Submission #170

Submission information
Submitted by Anonyme (not verified)
Mon, 01/16/2017 - 10:26
Experimenting machine learning for automatic user segmentation
Shapr is a leading networking application developer. At Shapr, we believe networking should be a joyful experience, because it's about meeting new people, not just a trick to generate more sales or find some humdrum job. At Shapr, we see it as a lifestyle. And that's why we made an app. Shapr app brings you a daily dose of inspiring people to meet. Coming up with the most relevant recommendations for you, and you both mutually accept the connection, you can chat and meet.
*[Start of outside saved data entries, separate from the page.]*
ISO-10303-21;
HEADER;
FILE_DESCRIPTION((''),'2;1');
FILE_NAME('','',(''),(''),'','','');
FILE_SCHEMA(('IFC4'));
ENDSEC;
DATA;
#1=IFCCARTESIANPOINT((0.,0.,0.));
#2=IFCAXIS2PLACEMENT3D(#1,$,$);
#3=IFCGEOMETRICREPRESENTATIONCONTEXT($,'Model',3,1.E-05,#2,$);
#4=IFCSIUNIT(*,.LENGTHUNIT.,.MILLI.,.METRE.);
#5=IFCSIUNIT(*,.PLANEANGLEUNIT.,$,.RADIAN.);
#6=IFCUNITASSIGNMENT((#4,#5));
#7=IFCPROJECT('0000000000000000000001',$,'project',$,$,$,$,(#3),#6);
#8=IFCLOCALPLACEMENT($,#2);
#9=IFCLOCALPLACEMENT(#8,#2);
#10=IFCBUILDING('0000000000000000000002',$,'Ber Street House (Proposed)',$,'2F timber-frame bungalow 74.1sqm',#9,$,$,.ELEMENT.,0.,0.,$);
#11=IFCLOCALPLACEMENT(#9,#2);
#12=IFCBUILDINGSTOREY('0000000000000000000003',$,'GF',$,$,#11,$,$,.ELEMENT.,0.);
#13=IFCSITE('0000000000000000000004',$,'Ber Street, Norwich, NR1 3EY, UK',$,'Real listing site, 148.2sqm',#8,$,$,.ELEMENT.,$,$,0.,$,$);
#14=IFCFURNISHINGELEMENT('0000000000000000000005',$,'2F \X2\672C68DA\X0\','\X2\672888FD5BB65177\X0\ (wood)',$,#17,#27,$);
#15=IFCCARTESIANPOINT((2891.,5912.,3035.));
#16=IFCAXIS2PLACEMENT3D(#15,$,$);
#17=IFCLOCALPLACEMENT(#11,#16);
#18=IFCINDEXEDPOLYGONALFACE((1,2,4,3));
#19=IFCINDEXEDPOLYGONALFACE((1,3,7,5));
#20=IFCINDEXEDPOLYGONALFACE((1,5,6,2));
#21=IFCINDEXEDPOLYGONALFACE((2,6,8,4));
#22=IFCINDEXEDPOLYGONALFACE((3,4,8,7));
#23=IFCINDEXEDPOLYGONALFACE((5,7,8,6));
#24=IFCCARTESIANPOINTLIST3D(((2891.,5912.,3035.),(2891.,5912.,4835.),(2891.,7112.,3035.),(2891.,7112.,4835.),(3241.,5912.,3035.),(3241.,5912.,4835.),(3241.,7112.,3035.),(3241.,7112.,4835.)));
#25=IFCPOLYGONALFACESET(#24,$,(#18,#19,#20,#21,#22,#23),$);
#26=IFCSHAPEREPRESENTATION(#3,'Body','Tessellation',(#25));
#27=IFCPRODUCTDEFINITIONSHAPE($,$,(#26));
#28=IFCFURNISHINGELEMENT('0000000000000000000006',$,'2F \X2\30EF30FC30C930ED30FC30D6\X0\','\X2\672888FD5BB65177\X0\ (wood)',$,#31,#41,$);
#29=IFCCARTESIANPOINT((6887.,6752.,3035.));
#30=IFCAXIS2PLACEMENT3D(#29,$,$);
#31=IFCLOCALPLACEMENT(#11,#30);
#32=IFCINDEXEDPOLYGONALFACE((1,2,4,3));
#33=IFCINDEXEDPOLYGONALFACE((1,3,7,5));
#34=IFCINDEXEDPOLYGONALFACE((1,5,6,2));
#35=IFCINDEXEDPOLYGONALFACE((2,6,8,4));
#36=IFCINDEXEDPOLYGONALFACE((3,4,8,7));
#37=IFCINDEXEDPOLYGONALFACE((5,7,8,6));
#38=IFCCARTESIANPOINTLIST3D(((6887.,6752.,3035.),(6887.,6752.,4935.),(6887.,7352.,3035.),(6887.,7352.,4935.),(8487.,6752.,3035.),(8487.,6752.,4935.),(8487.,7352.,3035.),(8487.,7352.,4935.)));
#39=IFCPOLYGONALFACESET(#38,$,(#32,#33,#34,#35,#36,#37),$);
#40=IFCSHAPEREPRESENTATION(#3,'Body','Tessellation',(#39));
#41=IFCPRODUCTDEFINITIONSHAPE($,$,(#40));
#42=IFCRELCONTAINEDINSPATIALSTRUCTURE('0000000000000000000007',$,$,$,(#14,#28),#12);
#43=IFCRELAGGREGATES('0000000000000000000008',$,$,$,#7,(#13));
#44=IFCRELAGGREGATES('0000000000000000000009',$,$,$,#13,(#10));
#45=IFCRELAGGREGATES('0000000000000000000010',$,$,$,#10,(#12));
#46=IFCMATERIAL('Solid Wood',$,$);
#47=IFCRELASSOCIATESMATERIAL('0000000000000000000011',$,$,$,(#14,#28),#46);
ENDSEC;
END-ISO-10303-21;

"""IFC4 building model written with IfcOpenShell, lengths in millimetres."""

from ifc_helpers import new_model, si_unit, frame, frame_2d, origin, place, context, project, spatial, rectangle, extrude, material, element, save


model = new_model("IFC4")

# Units and contexts
model_context = context("Model", 3, precision=1e-05, world=origin())
ifc_project = project(units=[si_unit("LENGTHUNIT", "METRE", prefix="MILLI"), si_unit("PLANEANGLEUNIT", "RADIAN")], contexts=[model_context])

# Site, building, storey
site_placement = place(None, origin())
site = spatial("IfcSite", under=ifc_project, at=site_placement, Name="Ber Street, Norwich, NR1 3EY, UK", ObjectType="Real listing site, 148.2sqm", CompositionType="ELEMENT", RefElevation=0.0)
building_placement = place(site_placement, origin())
building = spatial("IfcBuilding", under=site, at=building_placement, Name="Ber Street House (Proposed)", ObjectType="2F timber-frame bungalow 74.1sqm", CompositionType="ELEMENT", ElevationOfRefHeight=0.0, ElevationOfTerrain=0.0)
storey_placement = place(building_placement, origin())
storey = spatial("IfcBuildingStorey", under=building, at=storey_placement, Name="GF", CompositionType="ELEMENT", Elevation=0.0)

# Shared definitions
ifc_material_1 = material(Name="Solid Wood")

# Furnishing elements
furnishing_1_placement = place(storey_placement, frame((2891.0, 5912.0, 3035.0)))
element("IfcFurnishingElement", 1, at=furnishing_1_placement, inside=storey, material=ifc_material_1, Name="2F 本棚", Description="木製家具 (wood)", context=model_context, shape_type="SweptSolid", body=[
    extrude(rectangle(XDim=350.0, YDim=1200.0, at=frame_2d((175.0, 600.0))), frame((2891.0, 5912.0, 3035.0)), (0.0, 0.0, 1.0), 1800.0),
])
furnishing_2_placement = place(storey_placement, frame((6887.0, 6752.0, 3035.0)))
element("IfcFurnishingElement", 2, at=furnishing_2_placement, inside=storey, material=ifc_material_1, Name="2F ワードローブ", Description="木製家具 (wood)", context=model_context, shape_type="SweptSolid", body=[
    extrude(rectangle(XDim=1600.0, YDim=600.0, at=frame_2d((800.0, 300.0))), frame((6887.0, 6752.0, 3035.0)), (0.0, 0.0, 1.0), 1900.0),
])

save(model, "model.ifc")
Shapr has delivered millions of personalized suggestions to over 100,000 users on every continent. Over 80% of our users are based in the U.S. (New York, Los Angeles, Chicago, Washington..). The app is growing by over 100% a month and is one of the fastest-growing apps from the meeting industry. In 2017, Shapr will emphasize its growth strategy and enlarge to new U.S. cities as well as leading world capitals.
Shapr is headquartered in New York City with offices in Paris. With us, you will participate to an international, dynamic, and responsible company that fosters people’s inspiration around the world. You will integrate a team with a successful entrepreneurial background (the co-founders of Attractive World dating platform).

Shapr app comes up with a daily batch of people to meet. The underlying suggestion models should make the suggestions that most likely yield to matches (e.g., common interests). To this end, we are now experimenting new methods from machine learning in a data-driven fashion, which leverages issues about data quality. This internship is part of a larger project aiming to ensure high-quality and real-time data flow to the learning models.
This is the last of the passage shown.